Uncertain if Great Britain will "prosecute the War or treat of Peace," a resolute Washington declares that "Never, since the commencement of the present revolution, has there been, in my judgment, a period when vigorous measures were more consonant to sound policy than the present."
Washington opens with some flattery for Mrs. Richard Benjamin Lloyd, who had delivered to him McHenry's last letter, "the value of [which] was enhanced by" the "fair hand" that brought it. But he quickly moves to more substantial matters, replying to McHenry's report that Daniel of St. Thomas Jenifer had been appointed the Intendant of the Maryland Senate. "Good Laws—ample means—and sufficient power—may render the birth of your Intendant a public benefit—and from the spirit of your people, I hope these are provided—without them the appointment must be nugatory."
Washington is writing during that period when the Revolution was almost—but not fully—over, no articles of peace having yet been signed, and skirmishing continuing in the Carolinas. He tells McHenry that "Never, since the commencement of the present revolution, has there been, in my judgment, a period when vigorous measures were more consonant to sound policy than the present." He explains his reasoning as he continues, "The speech of the B. King, & the addresses of the Lords & Commons are proofs, as clear as Holy Writ to me, of two things—their wishes to prosecute the American War—and their fears of the consequences—My opinion therefore of the matter is, that the Minister will obtain supplies for the current year—prepare vigorously for another Campaign—and then prosecute the War or treat of Peace, as circumstances and fortuitious events may Justify—and that, nothing will contribute more to the first than a relaxation, or apparent supineness on the part of these States."
Washington clearly fears that despite Cornwallis's surrender at Yorktown five months earlier, many factions in the British government are not yet prepared to give up their hold on North America. "What madness then can be greater, or policy and economy worse, than to let the enemy again rise upon our folly, and want of exertion?—shall we not be justly chargeable for all the blood & treasure which shall be wasted in in a lingering War, procrastinated by the false expectation of Peace, or timid measures for prosecuting the War?—Surely we shall, and much is it to be lamented that our endeavors do not at times accord with our wishes—"
With unusual emphasis, Washington excoriates the selfish behavior of the individual states: "Each State is anxious to see the end of our Warfare but shrinks when it is called upon for the means to accomplish it!—and either withholds altogether, or grants them in such a manner as to defeat the end—Such, it is to be feared will be the case in many instances respecting the requisitions of Men & Money." But Washington does have some praise for the legislature of Pennsylvania. "I have the pleasure however to inform you that the Asembly of this State, now sitting, have passed their supply Bill without a dissenting voice & that a laudable spirit seems to pervade all the Members of that body." The Commander stills worries, however, that the Keystone State will not meet its quota of men, and he foresees the necessity of some form of compulsory military service.

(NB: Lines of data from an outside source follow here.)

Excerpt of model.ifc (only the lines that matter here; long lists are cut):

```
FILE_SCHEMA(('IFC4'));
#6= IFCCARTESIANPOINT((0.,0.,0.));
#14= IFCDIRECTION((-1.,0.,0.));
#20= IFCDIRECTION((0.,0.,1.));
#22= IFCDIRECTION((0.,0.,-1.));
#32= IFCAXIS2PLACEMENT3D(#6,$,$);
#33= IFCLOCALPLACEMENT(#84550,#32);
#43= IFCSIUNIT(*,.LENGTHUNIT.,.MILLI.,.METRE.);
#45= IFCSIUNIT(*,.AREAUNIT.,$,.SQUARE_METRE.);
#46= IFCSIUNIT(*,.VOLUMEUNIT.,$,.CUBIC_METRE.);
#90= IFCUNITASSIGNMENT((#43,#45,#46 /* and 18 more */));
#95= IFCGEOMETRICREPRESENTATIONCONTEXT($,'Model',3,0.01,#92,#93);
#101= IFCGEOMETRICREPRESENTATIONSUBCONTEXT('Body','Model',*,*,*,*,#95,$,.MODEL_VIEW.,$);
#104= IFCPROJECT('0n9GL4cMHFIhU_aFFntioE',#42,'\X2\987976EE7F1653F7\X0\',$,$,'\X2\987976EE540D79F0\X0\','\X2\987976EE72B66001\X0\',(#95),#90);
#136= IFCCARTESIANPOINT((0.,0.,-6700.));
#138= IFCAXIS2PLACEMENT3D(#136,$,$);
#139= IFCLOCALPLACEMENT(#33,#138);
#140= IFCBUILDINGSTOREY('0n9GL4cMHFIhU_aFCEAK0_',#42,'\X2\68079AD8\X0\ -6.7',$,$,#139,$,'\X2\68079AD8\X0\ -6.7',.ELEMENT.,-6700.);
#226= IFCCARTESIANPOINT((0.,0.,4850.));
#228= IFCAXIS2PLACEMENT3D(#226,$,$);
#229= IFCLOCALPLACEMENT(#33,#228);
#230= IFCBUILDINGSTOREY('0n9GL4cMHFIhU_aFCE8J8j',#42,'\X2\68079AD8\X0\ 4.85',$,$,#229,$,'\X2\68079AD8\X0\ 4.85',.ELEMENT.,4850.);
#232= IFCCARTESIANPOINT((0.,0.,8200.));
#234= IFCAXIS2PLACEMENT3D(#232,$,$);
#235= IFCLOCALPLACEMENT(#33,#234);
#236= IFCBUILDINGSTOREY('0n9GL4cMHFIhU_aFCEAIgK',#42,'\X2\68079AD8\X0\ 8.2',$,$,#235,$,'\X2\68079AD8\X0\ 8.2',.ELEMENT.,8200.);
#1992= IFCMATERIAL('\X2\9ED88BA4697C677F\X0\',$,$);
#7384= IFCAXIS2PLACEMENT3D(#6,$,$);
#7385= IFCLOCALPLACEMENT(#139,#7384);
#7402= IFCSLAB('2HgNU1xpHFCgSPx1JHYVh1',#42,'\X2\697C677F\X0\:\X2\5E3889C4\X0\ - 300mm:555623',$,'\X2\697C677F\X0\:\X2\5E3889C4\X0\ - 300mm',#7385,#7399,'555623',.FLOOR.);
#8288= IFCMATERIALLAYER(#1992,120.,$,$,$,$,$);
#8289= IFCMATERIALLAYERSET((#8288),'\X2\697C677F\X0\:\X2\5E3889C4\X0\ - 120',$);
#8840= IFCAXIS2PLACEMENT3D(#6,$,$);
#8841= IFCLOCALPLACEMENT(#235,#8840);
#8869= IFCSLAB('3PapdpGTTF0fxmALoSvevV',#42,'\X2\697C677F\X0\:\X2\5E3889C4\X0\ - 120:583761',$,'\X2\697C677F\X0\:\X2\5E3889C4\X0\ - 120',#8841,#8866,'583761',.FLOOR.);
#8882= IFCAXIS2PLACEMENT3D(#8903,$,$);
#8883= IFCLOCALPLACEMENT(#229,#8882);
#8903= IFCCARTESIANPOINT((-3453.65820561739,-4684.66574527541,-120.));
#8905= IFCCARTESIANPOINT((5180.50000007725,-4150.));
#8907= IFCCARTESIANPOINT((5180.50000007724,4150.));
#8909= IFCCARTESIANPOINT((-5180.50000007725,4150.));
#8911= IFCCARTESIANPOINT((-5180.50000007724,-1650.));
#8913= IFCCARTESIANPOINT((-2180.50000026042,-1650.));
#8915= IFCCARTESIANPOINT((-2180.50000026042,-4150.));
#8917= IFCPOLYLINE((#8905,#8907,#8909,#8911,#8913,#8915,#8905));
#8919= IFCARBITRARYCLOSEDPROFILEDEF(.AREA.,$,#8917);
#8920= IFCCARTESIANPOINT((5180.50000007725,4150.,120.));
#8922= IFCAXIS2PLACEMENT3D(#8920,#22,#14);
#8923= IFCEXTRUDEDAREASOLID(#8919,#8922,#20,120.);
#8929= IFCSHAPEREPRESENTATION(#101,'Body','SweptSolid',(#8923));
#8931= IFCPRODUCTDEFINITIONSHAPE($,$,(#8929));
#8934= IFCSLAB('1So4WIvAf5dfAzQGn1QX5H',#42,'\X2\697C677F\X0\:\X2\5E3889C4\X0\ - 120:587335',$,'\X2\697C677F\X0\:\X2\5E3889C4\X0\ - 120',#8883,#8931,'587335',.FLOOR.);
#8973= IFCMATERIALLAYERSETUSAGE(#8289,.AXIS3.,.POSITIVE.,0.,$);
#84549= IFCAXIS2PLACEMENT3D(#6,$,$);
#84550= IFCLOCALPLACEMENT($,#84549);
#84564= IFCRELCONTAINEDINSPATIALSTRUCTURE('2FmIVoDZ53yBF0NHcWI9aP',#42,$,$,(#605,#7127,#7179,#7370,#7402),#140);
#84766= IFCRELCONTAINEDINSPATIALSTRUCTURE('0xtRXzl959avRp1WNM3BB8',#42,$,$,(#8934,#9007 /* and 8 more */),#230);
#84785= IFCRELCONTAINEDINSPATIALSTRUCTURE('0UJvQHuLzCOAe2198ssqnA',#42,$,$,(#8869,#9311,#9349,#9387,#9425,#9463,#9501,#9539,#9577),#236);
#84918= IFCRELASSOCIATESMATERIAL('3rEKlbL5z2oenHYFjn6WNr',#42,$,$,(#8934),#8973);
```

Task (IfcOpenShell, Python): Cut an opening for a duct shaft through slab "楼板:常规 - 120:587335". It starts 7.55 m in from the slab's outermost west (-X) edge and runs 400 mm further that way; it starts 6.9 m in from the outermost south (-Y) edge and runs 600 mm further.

```python
import numpy as np
import ifcopenshell
import ifcopenshell.api.feature
import ifcopenshell.api.geometry
import ifcopenshell.api.root
import ifcopenshell.geom
import ifcopenshell.util.placement
import ifcopenshell.util.representation
import ifcopenshell.util.shape
import ifcopenshell.util.unit

model = ifcopenshell.open("model.ifc")
unit_scale = ifcopenshell.util.unit.calculate_unit_scale(model)
settings = ifcopenshell.geom.settings()


def volume(element):
    """Net volume in cubic metres, openings subtracted."""
    shape = ifcopenshell.geom.create_shape(settings, element)
    return ifcopenshell.util.shape.get_volume(shape.geometry)


slab = model.by_guid("1So4WIvAf5dfAzQGn1QX5H")
before = volume(slab)

# Extent in the slab's own axes, in metres. The edges named are its -X and -Y sides.
slab_shape = ifcopenshell.geom.create_shape(settings, slab)
vertices = ifcopenshell.util.shape.get_vertices(slab_shape.geometry)
x_min, y_min, bottom = vertices.min(axis=0)
top = vertices[:, 2].max()

opening = ifcopenshell.api.root.create_entity(model, ifc_class="IfcOpeningElement", name="Duct shaft opening", predefined_type="OPENING")
context = ifcopenshell.util.representation.get_context(model, "Model", "Body", "MODEL_VIEW")
width, depth = 0.4, 0.6
outline = [(0.0, 0.0), (width, 0.0), (width, depth), (0.0, depth), (0.0, 0.0)]
# Overshoot both faces by 50 mm so the cut is clean.
shape = ifcopenshell.api.geometry.add_slab_representation(
    model, context=context, depth=top - bottom + 0.1, polyline=outline
)
ifcopenshell.api.geometry.assign_representation(model, product=opening, representation=shape)

matrix = ifcopenshell.util.placement.get_local_placement(slab.ObjectPlacement)
matrix[:, 3] = matrix @ np.append(np.array([x_min + 7.55, y_min + 6.9, bottom - 0.05]) / unit_scale, 1.0)
ifcopenshell.api.geometry.edit_object_placement(model, product=opening, matrix=matrix, is_si=False)
ifcopenshell.api.feature.add_feature(model, feature=opening, element=slab)

after = volume(slab)

print(f"slab volume {before:.3f} -> {after:.3f} m3")

model.write("model_updated.ifc")
```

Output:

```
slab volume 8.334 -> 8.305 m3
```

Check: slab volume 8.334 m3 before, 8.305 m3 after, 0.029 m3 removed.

"It is idle at this late period of the War—when enthusiasm is cooled, if not done away with—when the Minds of that Class of Men who are fit subjects for soldiers are poisoned by the high bounties which have been given—and the knowledge of the distresses, under which the army has groaned, is so generally diffused that our Battalions can be compleated by voluntary enlistment—The attempt is vain—and we are only deceiving ourselves, & injuring the cause By making the experiment—There is no other effectual mode of getting men suddenly than that of classing the people & compelling each Class to furnish a Recruit. ... If our necessities for Men did not press I should prefer the mode of voluntary enlistment to all others, but as it does I am sure it will not answer & that the season for Enterprise will be upon us long 'ere we are prepared for the Field."
In the conclusion of his letter, Washington expresses his great and "disagreeable" suspense in waiting word of the result of De Grasse's naval assault on St. Kitts; "the Issue of these events must be very interesting & may give a very unfavourable turn to affairs in that quarter & on this Continent in consequence of it." In fact, the Battle of St. Kitts proved a favorable turn as the French fleet took the island from British forces commanded by Admiral Samuel Hood. Following the Treaty of Paris, St. Kitts was restored to Great Britain.